Si no tuvieras audio cortocircuitá colectr emisor de Q26

O metele directamente 5V al cable 8 y al 11 verde.

A ver si suena y seguimos !


----------



## Theluisisla (Abr 3, 2014)

DOSMETROS dijo:


> Comenzá encendiéndolo como te dije y metele señal (MP3) por el conector que en el plano está arriba a la izquierda y se llama* H* -> From VR patas 9 , 10 y 11
> 
> 
> 
> ...



He probado puntear los 2 rele(Q27 Y Q26)(Saltan) pero no hay sonido. También probe puntear el Q27 y medi si habia los 13.5V pero no los da(Pense que el Q27 Encenderia los 13.5V). SALUDOS


----------



## DOSMETROS (Abr 3, 2014)

Asegurate que le lleguen +45 y -45 al amplificador de potencia ; vienen de la fuente, son de esos cables rojos


----------



## Theluisisla (Abr 3, 2014)

DOSMETROS dijo:


> Asegurate que le lleguen +45 y -45 al amplificador de potencia ; vienen de la fuente, son de esos cables rojos



El primer relé los pasa, el problema es que los transistores de audio los primeros no reciben los 13.5V del regulador no enciende
Son los Q1~Q4


----------



## Don Plaquetin (Abr 3, 2014)

fíjate si en la base de Q31 en la en la entrada esta la tensión de +14V.


----------



## DOSMETROS (Abr 3, 2014)

Fijate que de abajo del *Power Relay K2* sale un cablecito que va hasta Q39 y Q34  donde dice _*Power OFF (ON)*_ , de ahí surge la cosa


----------



## Theluisisla (Abr 4, 2014)

DOSMETROS dijo:


> Fijate que de abajo del *Power Relay K2* sale un cablecito que va hasta Q39 y Q34  donde dice _*Power OFF (ON)*_ , de ahí surge la cosa



Ante Todo muchas Gracias por la ayuda que me estáis dando.
Lo he probado mejor hoy de día, le he metido trosos de estaño al Q27 y Q26 y suena bien.
El Q27 Activa el voltaje los 13.5V, pero no hace saltar el otro del circuito protector. Alguna idea  
para hacer que funcione el circuito protector??
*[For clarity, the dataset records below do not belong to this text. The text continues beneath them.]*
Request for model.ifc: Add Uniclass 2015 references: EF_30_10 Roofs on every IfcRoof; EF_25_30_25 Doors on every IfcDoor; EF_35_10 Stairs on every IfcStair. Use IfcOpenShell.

First a look at what the model holds.

```python
import ifcopenshell

model = ifcopenshell.open("model.ifc")
print(model.schema)
print("classifications:", [c.Name for c in model.by_type("IfcClassification")])
for ifc_class in ("IfcDoor", "IfcRoof", "IfcStair", "IfcWall", "IfcWindow"):
    print(ifc_class, len(model.by_type(ifc_class)))
```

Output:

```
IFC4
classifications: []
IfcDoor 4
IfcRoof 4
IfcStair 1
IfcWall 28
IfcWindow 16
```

```python
import ifcopenshell
import ifcopenshell.api.classification

model = ifcopenshell.open("model.ifc")

system = ifcopenshell.api.classification.add_classification(model, classification="Uniclass 2015")

codes = {
    "IfcRoof": ("EF_30_10", "Roofs"),
    "IfcDoor": ("EF_25_30_25", "Doors"),
    "IfcStair": ("EF_35_10", "Stairs"),
}
for ifc_class, (code, name) in codes.items():
    products = model.by_type(ifc_class)
    ifcopenshell.api.classification.add_reference(
        model, products=products, classification=system, identification=code, name=name
    )
    print(code, len(products))

model.write("model_rev.ifc")
```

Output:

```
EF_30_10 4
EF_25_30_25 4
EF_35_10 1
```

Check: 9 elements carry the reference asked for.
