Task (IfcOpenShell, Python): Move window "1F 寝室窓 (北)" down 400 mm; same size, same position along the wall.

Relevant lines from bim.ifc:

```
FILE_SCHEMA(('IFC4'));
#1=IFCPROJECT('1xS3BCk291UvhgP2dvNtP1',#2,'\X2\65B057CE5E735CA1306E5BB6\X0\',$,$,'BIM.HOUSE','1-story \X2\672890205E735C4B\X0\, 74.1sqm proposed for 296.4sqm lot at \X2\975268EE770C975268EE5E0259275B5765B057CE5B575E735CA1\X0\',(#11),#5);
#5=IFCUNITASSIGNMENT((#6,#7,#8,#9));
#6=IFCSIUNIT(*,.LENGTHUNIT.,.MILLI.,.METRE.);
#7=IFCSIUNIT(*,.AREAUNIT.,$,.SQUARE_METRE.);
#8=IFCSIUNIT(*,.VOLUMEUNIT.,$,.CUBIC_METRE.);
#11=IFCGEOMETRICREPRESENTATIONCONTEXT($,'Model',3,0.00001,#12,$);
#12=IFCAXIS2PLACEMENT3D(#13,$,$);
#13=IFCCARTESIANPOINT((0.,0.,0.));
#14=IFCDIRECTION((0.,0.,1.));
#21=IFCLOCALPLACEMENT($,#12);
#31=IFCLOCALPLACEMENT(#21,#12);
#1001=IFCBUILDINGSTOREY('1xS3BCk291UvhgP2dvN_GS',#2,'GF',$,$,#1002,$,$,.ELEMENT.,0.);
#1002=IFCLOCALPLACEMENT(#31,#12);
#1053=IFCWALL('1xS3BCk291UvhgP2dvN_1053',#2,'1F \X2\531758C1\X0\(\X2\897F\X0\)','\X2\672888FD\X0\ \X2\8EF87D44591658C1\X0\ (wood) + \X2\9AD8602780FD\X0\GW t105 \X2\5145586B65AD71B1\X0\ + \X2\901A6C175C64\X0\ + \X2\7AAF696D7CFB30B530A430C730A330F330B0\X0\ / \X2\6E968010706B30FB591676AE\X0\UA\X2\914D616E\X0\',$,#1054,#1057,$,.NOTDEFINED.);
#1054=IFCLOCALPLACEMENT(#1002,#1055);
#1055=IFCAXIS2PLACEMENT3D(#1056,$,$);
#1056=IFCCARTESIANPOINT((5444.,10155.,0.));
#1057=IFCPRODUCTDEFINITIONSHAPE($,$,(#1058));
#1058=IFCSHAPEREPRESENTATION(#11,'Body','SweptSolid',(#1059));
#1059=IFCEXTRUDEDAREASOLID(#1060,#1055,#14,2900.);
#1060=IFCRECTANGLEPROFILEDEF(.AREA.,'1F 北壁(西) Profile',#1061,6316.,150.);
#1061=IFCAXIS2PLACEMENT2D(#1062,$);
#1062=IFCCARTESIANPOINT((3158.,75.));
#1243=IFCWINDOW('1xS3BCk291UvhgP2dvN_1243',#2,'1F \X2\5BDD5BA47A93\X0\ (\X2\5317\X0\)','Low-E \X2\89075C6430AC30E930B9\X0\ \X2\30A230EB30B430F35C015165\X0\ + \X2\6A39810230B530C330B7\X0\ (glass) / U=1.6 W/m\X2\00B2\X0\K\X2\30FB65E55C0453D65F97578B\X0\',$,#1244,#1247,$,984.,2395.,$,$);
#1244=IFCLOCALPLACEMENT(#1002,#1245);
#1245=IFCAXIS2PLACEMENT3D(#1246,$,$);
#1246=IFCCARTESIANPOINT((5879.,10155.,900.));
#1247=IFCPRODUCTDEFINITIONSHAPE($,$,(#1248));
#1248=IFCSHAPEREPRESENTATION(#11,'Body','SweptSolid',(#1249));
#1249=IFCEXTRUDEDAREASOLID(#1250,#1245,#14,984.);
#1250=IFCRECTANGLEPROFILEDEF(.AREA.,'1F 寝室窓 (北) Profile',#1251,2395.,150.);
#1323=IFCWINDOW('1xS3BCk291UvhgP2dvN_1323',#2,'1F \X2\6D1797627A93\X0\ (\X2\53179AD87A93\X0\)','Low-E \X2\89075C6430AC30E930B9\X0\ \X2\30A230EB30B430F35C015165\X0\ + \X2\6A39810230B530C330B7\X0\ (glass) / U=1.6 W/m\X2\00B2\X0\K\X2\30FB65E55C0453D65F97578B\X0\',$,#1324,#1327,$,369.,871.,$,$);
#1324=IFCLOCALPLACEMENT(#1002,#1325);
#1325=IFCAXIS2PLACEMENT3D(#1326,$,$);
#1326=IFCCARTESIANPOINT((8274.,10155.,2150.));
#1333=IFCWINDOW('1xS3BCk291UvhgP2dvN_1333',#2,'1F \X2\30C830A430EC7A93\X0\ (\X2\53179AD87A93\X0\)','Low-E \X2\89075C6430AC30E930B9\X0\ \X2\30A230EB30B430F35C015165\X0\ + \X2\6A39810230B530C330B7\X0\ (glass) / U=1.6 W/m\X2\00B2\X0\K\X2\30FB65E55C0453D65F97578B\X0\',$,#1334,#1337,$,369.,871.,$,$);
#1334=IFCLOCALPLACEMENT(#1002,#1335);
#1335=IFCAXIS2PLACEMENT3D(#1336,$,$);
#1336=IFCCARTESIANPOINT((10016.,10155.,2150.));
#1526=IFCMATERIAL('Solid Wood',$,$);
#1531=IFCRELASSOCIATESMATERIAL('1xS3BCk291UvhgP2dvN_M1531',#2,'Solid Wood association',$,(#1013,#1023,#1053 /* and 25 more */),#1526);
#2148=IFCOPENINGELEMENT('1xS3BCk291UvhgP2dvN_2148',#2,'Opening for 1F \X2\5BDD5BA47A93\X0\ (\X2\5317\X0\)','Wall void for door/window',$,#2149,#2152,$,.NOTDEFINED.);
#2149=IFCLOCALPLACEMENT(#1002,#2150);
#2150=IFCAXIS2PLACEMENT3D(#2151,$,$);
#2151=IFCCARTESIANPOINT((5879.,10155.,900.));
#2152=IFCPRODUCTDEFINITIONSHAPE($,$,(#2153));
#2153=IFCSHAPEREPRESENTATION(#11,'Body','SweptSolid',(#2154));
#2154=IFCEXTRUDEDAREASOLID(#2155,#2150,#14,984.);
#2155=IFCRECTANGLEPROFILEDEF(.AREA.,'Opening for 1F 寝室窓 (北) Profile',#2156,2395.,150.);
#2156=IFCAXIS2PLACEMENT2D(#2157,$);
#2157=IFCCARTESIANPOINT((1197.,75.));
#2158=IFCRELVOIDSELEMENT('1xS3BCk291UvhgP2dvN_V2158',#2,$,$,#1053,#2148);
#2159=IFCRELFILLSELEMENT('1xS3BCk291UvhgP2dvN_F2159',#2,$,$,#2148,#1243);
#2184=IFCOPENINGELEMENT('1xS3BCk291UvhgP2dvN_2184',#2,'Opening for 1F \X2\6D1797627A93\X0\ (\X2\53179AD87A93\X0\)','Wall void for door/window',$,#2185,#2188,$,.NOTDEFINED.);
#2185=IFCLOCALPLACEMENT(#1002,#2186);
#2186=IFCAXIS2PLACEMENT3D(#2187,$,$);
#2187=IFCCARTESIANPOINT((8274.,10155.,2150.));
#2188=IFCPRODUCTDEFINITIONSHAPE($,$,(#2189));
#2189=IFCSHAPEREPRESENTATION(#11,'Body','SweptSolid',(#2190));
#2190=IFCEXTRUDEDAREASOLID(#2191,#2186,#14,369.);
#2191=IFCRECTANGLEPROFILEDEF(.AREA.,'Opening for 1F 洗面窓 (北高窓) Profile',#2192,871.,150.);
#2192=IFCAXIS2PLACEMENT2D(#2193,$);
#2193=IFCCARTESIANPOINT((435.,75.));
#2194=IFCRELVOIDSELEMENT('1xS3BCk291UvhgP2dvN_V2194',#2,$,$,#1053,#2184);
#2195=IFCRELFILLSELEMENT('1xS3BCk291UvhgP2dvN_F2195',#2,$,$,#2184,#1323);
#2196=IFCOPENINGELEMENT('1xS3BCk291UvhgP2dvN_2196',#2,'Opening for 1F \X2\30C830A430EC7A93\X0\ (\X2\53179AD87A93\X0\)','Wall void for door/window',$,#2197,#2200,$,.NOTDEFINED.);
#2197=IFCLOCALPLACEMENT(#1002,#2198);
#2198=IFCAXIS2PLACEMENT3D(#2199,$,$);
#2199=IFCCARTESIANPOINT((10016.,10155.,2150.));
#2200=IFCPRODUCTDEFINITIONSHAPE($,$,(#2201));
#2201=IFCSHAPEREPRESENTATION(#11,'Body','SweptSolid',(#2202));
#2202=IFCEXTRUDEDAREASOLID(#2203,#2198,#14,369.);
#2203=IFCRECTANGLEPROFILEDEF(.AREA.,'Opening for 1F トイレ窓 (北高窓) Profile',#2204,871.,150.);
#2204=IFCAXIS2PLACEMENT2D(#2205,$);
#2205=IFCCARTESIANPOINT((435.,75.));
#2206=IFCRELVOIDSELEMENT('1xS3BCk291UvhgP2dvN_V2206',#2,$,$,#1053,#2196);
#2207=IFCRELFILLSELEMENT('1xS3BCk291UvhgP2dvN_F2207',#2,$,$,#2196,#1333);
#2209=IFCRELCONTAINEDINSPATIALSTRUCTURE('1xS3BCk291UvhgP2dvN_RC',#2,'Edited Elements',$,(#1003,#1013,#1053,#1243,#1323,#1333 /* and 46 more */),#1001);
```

```python
import numpy as np
import ifcopenshell
import ifcopenshell.api.geometry
import ifcopenshell.util.placement
import ifcopenshell.util.unit

model = ifcopenshell.open("bim.ifc")
unit_scale = ifcopenshell.util.unit.calculate_unit_scale(model)

window = model.by_guid("1xS3BCk291UvhgP2dvN_1243")
opening = window.FillsVoids[0].RelatingOpeningElement
dz = -400.0

shift = np.array([0.0, 0.0, dz])
# The window is not placed relative to its opening, so move both.
for product in (opening, window):
    matrix = ifcopenshell.util.placement.get_local_placement(product.ObjectPlacement)
    matrix[:3, 3] += shift
    ifcopenshell.api.geometry.edit_object_placement(model, product=product, matrix=matrix, is_si=False)

print(f"moved by {dz * unit_scale:+.3f} m")

model.write("bim_edited.ifc")
```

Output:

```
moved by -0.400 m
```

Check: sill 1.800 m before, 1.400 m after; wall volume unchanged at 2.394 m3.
En el caso de dejarlo así punteado el Q27 y Q26 ¿Puedo quitarlos y dejar un punte donde estaba emisor y colector?


----------



## DOSMETROS (Abr 4, 2014)

Nuevo encendido : 

Nueva Protección : 

El capacitor es para dar el retardo de parlantes , probá con 1uF , o 10uF , o 100uF . . .


----------



## Theluisisla (Abr 4, 2014)

DOSMETROS dijo:


> Nuevo encendido : Ver el archivo adjunto 107931
> 
> Nueva Protección : Ver el archivo adjunto 107933
> 
> El capacitor es para dar el retardo de parlantes , probá con 1uF , o 10uF , o 100uF . . .



El encendido sera un llave antes del tranformador, así que pondre un puente en el Q27.
Para el circuito protector que punteo el cable 11 y 15 o hago ese circuito??


----------



## Don Plaquetin (Abr 4, 2014)

Theluisisla dijo:


> El encendido sera un llave antes del tranformador, así que pondre un puente en el Q27.
> Para el circuito protector que punteo el cable 11 y 15 o hago ese circuito??



todos son validos, te damos altenativas para que veas cual quieres o consideran que te van a dar menos trabajo


----------



## DOSMETROS (Abr 5, 2014)

Para que funcione la protección y retardo de parlantes , tenés que hacer ese circuito , si o si .


----------



## Theluisisla (Abr 6, 2014)

DOSMETROS dijo:


> Para que funcione la protección y retardo de parlantes , tenés que hacer ese circuito , si o si .



Voy a usar un transistor 2SC2878, y las resistencias son de 12K las que tengo no importan no??


----------



## DOSMETROS (Abr 6, 2014)

Si , probalo , es medio justo en la tensión , pero probalo.

Creo que no habrá problemas con 12k 

Saludos !

Corrijo , está bien la tensión, si solo va a trabajar a 12 V

- Agrego , la resistencia de la izquierda es la que hace encender el relé , si el relé no cierra , hay que achicarla.

- El capacitor haría un pequeño retraso para que el parlante no haga plop , cuanto mas chico mejor , si el amplificador no hace plop , se puede evitar.

- La resistencia de la base del transistor , es la que dispara la protección , para probarlo tenés que poner a masa el cátodo de D5 o D6.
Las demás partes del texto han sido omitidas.